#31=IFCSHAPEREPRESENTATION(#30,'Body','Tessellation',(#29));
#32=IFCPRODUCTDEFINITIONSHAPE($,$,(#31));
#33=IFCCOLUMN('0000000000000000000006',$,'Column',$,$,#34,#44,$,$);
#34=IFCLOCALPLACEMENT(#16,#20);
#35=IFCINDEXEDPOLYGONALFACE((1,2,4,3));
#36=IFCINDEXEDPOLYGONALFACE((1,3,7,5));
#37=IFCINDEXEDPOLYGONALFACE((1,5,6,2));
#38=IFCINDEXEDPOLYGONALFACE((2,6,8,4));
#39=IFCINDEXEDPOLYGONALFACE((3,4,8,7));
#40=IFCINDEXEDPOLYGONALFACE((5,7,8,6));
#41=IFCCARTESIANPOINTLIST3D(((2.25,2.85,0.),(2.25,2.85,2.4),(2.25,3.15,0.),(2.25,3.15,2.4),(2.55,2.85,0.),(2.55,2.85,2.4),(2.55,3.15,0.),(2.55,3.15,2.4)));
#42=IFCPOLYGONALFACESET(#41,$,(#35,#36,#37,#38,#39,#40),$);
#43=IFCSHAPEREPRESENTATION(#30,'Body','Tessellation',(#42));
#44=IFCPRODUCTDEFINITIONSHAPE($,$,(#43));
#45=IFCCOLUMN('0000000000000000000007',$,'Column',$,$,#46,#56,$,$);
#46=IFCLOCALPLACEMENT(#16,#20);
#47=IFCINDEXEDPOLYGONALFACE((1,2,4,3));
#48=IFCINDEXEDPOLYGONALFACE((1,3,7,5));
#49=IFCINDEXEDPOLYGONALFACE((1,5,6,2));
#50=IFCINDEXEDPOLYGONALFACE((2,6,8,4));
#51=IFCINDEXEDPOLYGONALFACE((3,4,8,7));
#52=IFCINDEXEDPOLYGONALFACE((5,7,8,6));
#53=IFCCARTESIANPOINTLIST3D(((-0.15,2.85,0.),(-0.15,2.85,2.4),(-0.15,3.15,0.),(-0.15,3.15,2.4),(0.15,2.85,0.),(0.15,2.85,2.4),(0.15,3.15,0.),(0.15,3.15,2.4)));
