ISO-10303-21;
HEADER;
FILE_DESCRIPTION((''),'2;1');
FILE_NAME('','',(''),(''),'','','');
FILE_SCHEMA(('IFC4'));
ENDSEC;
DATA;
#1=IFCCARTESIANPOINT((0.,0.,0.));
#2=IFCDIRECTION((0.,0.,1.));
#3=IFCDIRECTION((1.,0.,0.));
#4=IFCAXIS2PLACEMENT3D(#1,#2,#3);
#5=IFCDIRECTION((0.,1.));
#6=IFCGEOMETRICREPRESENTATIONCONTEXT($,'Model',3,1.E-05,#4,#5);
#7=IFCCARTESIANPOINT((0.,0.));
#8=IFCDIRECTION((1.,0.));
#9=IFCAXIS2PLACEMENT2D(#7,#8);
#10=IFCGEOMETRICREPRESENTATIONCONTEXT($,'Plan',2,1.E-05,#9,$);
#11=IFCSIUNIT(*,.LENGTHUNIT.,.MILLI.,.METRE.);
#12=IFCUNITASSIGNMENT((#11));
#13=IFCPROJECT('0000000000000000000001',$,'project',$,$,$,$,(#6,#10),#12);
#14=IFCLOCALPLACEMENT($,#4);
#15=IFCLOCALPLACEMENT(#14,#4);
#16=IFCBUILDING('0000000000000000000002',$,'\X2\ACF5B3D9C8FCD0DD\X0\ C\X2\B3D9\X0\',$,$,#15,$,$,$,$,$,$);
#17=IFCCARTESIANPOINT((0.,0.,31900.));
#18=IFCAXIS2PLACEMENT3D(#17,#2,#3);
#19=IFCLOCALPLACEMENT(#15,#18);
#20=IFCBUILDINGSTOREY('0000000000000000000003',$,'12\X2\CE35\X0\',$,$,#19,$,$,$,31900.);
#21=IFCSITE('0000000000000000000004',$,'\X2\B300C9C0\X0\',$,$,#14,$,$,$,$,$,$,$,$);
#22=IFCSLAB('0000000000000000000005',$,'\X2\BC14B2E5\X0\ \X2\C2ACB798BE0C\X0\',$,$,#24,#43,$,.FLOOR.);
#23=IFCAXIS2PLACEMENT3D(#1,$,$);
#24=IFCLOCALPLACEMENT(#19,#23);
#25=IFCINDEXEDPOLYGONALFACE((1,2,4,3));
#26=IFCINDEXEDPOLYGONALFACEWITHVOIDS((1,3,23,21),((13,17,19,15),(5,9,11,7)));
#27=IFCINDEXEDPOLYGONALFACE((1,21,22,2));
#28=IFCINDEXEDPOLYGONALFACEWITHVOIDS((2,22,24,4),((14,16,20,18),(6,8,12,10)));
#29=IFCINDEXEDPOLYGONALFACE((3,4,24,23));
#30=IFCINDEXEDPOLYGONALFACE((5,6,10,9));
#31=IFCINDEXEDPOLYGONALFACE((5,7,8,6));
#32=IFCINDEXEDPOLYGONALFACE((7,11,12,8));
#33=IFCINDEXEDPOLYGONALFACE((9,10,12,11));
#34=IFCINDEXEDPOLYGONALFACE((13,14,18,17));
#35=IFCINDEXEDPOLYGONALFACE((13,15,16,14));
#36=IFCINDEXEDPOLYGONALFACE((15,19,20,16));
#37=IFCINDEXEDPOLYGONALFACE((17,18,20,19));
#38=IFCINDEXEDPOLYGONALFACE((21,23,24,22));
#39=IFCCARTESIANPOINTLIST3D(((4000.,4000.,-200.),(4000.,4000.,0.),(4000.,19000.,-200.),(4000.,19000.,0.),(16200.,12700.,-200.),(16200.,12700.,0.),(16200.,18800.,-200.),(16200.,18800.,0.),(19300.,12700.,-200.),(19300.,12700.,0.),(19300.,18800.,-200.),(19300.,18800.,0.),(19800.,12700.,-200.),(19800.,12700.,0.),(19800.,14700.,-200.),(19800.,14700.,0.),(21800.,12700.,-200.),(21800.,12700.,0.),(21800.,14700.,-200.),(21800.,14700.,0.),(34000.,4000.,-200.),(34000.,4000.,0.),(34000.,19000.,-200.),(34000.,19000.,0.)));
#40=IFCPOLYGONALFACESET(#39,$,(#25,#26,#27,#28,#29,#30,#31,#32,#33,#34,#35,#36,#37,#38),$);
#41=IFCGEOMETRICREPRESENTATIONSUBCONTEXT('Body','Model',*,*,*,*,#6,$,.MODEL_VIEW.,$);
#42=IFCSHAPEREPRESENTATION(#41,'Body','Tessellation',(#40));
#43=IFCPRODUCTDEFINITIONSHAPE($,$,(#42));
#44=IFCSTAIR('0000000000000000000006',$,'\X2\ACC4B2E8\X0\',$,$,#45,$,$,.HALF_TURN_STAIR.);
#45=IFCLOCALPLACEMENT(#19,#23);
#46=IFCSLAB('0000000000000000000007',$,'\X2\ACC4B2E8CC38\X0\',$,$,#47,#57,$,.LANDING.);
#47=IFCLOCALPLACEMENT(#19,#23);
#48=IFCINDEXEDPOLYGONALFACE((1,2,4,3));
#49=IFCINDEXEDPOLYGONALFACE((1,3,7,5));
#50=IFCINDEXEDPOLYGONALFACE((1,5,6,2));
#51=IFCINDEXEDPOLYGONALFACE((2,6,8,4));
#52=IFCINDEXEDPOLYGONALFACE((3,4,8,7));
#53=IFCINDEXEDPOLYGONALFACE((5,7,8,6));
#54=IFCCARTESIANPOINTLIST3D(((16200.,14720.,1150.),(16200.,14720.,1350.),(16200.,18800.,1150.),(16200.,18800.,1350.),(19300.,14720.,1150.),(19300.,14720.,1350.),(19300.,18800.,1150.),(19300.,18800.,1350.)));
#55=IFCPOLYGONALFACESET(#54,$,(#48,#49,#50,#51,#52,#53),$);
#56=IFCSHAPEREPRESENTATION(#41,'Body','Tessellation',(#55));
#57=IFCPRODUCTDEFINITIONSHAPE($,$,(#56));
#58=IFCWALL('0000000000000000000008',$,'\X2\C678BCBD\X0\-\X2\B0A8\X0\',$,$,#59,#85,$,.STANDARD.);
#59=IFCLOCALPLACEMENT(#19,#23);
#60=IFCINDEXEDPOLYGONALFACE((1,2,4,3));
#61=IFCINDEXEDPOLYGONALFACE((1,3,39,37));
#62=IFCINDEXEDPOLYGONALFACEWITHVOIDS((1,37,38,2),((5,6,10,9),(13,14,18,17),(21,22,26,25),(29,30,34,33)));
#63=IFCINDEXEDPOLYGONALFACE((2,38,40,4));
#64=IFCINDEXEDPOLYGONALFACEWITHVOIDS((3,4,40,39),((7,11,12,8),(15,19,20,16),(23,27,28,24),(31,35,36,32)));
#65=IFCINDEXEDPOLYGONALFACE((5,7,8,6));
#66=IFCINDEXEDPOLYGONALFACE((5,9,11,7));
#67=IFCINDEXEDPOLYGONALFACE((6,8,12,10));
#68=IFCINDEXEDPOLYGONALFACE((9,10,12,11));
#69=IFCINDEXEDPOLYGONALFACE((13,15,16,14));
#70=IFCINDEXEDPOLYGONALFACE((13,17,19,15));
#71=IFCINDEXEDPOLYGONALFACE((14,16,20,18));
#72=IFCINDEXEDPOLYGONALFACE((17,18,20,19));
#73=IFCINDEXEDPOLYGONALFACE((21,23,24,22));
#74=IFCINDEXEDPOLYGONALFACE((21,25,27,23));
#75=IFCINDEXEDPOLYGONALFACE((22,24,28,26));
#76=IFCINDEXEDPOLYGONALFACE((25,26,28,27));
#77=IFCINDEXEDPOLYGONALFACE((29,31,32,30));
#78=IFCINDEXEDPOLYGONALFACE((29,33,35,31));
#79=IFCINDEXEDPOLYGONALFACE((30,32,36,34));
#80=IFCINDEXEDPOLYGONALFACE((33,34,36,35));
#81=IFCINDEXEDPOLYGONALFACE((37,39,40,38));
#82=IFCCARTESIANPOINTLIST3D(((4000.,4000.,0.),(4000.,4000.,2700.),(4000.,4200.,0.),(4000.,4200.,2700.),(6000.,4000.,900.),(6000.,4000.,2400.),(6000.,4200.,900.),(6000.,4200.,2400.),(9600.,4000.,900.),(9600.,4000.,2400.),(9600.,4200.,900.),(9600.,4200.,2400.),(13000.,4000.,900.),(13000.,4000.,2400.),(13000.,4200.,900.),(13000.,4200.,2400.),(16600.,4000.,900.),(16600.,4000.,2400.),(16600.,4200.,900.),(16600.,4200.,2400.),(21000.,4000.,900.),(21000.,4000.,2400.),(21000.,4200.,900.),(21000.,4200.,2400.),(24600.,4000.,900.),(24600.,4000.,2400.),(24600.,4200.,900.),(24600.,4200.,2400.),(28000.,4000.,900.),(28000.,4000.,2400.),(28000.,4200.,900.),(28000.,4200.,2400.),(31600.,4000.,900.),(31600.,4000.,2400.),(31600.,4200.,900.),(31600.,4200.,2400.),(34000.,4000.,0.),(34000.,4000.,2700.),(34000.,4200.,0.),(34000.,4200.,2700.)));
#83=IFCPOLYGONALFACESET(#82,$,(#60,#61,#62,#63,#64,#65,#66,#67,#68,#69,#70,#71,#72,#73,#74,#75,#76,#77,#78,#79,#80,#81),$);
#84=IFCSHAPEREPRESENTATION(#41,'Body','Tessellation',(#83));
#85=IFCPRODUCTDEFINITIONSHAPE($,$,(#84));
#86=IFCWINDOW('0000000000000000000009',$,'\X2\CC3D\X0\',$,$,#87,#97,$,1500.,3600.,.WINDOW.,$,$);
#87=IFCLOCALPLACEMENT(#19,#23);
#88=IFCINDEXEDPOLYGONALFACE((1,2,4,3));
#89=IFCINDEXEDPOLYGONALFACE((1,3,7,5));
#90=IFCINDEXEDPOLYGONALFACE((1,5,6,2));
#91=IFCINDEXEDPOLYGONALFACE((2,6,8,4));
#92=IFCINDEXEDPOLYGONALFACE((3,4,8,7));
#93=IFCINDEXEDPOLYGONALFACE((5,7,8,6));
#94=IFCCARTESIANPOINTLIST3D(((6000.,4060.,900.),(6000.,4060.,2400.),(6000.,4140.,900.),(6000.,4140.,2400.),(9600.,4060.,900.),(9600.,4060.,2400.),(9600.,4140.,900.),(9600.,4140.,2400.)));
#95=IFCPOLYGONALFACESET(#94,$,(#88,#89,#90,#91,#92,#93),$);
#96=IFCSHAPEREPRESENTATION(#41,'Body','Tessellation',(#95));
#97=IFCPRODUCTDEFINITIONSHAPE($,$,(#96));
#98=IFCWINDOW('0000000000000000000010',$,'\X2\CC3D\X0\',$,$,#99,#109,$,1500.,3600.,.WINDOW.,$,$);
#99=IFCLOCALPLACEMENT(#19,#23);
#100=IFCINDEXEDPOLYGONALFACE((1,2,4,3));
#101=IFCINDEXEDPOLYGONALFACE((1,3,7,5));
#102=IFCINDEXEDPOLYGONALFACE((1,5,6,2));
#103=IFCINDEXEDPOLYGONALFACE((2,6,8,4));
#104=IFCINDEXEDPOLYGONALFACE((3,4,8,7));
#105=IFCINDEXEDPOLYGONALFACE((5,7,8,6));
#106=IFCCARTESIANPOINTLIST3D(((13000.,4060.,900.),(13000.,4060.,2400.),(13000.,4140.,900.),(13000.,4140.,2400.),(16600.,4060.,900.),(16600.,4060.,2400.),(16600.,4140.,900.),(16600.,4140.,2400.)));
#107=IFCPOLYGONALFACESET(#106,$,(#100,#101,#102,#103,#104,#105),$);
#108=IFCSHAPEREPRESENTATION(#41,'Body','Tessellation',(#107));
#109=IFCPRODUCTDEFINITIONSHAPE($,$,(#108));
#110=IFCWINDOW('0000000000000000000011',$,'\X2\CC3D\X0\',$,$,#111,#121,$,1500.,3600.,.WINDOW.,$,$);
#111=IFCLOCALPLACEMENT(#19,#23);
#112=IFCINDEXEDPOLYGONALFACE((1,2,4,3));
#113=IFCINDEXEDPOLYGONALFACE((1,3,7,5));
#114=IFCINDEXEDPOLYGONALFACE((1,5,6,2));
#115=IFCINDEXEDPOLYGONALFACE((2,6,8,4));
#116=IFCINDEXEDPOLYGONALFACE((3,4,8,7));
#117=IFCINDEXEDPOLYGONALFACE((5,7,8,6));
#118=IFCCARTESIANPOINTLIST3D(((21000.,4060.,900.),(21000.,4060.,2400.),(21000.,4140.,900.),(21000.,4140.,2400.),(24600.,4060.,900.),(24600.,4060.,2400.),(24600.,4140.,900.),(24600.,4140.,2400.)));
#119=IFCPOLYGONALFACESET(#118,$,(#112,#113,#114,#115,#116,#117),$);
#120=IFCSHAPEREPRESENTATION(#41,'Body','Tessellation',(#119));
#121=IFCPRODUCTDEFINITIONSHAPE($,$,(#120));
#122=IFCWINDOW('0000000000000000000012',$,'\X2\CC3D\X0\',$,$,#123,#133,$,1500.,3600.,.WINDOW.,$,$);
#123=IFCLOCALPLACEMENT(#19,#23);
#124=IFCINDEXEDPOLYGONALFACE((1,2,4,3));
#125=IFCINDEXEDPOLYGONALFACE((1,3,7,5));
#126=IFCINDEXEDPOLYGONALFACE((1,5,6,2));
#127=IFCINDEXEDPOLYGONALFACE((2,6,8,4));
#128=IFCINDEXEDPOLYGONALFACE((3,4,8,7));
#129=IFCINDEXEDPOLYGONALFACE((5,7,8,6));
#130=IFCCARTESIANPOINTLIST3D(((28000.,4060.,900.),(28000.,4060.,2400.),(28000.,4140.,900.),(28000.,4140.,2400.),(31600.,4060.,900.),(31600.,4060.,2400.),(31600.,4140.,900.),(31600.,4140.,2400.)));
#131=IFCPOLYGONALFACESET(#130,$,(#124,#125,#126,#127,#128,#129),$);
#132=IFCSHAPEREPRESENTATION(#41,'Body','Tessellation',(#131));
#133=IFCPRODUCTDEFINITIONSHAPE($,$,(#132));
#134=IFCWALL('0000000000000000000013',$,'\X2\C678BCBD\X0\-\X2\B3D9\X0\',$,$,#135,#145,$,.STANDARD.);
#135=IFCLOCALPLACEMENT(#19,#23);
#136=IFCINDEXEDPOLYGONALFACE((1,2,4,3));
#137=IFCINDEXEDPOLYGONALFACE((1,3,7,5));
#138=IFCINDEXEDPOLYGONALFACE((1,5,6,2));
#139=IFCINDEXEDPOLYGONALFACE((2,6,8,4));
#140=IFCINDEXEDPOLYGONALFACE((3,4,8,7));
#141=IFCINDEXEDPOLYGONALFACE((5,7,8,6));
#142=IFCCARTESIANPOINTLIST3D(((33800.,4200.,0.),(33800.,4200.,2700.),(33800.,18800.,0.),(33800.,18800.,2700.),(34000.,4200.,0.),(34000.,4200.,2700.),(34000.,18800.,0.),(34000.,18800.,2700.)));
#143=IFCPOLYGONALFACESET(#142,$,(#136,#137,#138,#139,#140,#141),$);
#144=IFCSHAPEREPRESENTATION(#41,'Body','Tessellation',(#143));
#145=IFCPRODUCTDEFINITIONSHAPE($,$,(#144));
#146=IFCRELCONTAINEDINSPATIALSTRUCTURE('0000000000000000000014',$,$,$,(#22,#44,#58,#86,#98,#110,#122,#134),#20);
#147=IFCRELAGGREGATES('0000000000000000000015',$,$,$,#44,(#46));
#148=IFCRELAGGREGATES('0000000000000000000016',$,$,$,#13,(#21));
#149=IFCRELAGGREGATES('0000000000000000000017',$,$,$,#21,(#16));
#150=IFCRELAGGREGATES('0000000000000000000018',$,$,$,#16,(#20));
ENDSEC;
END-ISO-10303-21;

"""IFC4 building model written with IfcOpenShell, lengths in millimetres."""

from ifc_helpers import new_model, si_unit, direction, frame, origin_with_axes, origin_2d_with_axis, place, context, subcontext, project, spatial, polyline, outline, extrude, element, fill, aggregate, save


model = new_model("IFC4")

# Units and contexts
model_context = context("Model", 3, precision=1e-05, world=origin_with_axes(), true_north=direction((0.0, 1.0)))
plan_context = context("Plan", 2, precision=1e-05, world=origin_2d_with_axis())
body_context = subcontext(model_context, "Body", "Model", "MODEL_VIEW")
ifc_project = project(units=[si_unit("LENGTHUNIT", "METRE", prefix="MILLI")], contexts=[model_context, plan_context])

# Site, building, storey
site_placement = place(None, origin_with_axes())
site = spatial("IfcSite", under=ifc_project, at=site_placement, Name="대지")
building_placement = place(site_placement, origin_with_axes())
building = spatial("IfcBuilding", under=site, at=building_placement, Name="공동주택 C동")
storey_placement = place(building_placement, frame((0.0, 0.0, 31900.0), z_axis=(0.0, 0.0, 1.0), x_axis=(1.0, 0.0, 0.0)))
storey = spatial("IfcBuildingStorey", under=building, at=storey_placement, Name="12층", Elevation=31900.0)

◆ ◆ ◆ ◆ ◆ ◆ ◆

Filter the records above down to the lines that hold the string "IFCGEOMETRICREPRESENTATIONCONTEXT".

#6=IFCGEOMETRICREPRESENTATIONCONTEXT($,'Model',3,1.E-05,#4,#5);
#10=IFCGEOMETRICREPRESENTATIONCONTEXT($,'Plan',2,1.E-05,#9,$);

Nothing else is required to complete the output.